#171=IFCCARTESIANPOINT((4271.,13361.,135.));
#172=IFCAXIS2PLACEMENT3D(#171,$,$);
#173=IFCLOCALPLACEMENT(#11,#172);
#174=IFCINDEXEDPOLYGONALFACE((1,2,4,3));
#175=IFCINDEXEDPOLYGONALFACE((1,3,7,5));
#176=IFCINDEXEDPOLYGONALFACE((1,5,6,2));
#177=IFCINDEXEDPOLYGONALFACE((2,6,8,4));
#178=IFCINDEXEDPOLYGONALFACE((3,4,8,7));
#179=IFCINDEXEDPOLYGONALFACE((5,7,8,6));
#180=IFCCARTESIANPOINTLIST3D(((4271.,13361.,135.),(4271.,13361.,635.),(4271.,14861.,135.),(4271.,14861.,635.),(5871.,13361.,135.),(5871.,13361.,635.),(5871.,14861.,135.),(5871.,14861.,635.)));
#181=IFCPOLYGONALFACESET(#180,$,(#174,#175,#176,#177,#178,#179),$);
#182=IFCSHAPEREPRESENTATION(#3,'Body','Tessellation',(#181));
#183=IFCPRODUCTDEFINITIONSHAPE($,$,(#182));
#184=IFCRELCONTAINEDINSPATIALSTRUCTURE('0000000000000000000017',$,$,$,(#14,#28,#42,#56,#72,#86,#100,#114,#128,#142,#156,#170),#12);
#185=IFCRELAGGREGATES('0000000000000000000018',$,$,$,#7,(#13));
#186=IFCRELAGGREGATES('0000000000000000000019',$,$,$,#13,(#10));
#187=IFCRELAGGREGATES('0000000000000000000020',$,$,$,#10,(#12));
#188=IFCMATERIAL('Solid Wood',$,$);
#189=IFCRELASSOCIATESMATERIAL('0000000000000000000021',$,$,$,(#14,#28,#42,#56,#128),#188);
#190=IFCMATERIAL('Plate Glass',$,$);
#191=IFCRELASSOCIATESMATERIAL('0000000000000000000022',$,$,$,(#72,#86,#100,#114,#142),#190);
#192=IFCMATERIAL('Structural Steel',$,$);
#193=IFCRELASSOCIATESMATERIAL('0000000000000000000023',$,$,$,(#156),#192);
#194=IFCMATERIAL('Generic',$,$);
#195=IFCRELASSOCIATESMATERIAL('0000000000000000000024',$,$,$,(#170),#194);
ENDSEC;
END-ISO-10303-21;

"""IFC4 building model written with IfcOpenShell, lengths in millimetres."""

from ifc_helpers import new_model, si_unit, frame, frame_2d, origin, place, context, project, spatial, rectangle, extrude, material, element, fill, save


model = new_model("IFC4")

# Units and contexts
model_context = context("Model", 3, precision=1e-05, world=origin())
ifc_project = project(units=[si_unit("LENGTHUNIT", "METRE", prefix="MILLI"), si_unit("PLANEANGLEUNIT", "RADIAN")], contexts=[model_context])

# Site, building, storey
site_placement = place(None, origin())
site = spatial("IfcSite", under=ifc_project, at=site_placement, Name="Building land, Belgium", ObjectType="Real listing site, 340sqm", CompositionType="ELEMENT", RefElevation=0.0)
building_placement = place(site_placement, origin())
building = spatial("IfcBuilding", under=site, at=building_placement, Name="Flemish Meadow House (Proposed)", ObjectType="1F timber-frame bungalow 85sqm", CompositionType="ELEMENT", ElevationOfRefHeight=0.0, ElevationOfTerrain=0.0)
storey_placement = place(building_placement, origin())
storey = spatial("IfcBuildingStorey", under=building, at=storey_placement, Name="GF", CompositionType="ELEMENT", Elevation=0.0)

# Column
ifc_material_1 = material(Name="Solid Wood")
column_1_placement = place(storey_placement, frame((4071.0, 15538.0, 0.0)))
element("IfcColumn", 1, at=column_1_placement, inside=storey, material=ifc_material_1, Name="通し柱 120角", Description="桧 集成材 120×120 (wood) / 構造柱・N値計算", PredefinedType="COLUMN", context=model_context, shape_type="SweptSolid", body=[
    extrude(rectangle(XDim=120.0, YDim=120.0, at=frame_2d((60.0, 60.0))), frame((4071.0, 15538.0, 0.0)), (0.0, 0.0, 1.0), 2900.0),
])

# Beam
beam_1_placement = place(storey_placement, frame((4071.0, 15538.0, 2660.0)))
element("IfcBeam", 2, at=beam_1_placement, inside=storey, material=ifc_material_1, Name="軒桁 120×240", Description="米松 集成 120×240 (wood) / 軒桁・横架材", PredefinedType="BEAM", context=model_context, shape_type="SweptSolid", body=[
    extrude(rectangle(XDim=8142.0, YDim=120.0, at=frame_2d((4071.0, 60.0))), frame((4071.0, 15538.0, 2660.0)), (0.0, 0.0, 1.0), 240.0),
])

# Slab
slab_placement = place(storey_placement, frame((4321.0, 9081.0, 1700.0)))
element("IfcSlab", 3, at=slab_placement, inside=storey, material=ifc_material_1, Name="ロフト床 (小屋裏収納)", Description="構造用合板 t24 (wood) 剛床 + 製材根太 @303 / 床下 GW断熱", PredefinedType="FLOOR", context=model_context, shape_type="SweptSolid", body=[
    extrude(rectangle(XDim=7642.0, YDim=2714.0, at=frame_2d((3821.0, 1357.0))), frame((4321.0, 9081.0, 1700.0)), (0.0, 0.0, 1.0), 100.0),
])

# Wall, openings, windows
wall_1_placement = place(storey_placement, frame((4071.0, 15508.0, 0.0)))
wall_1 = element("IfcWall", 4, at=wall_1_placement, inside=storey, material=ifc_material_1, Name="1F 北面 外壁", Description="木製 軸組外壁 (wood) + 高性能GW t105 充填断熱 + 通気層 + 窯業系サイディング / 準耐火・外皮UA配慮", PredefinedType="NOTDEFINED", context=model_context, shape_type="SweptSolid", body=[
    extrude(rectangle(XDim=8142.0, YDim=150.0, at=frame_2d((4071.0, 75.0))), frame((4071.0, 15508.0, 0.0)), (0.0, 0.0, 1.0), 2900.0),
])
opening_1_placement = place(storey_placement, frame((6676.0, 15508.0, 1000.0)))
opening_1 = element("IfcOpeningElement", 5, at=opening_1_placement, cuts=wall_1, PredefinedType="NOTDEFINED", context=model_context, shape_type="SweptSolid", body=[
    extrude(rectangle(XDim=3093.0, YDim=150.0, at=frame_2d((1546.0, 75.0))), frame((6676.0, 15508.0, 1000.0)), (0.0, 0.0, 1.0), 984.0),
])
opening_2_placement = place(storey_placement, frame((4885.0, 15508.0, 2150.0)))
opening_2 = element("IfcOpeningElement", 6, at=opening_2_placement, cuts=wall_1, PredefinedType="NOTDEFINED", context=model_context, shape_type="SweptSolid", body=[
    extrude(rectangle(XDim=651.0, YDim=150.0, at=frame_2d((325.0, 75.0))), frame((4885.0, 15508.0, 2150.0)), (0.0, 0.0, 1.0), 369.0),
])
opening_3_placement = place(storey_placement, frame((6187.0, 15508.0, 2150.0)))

• What to do: Reproduce, with no other lines, the one containing "軸組外壁 (wood) +" and all lines after it through the end of the data above.

• Answer section:
wall_1 = element("IfcWall", 4, at=wall_1_placement, inside=storey, material=ifc_material_1, Name="1F 北面 外壁", Description="木製 軸組外壁 (wood) + 高性能GW t105 充填断熱 + 通気層 + 窯業系サイディング / 準耐火・外皮UA配慮", PredefinedType="NOTDEFINED", context=model_context, shape_type="SweptSolid", body=[
    extrude(rectangle(XDim=8142.0, YDim=150.0, at=frame_2d((4071.0, 75.0))), frame((4071.0, 15508.0, 0.0)), (0.0, 0.0, 1.0), 2900.0),
])
opening_1_placement = place(storey_placement, frame((6676.0, 15508.0, 1000.0)))
opening_1 = element("IfcOpeningElement", 5, at=opening_1_placement, cuts=wall_1, PredefinedType="NOTDEFINED", context=model_context, shape_type="SweptSolid", body=[
    extrude(rectangle(XDim=3093.0, YDim=150.0, at=frame_2d((1546.0, 75.0))), frame((6676.0, 15508.0, 1000.0)), (0.0, 0.0, 1.0), 984.0),
])
opening_2_placement = place(storey_placement, frame((4885.0, 15508.0, 2150.0)))
opening_2 = element("IfcOpeningElement", 6, at=opening_2_placement, cuts=wall_1, PredefinedType="NOTDEFINED", context=model_context, shape_type="SweptSolid", body=[
    extrude(rectangle(XDim=651.0, YDim=150.0, at=frame_2d((325.0, 75.0))), frame((4885.0, 15508.0, 2150.0)), (0.0, 0.0, 1.0), 369.0),
])
opening_3_placement = place(storey_placement, frame((6187.0, 15508.0, 2150.0)))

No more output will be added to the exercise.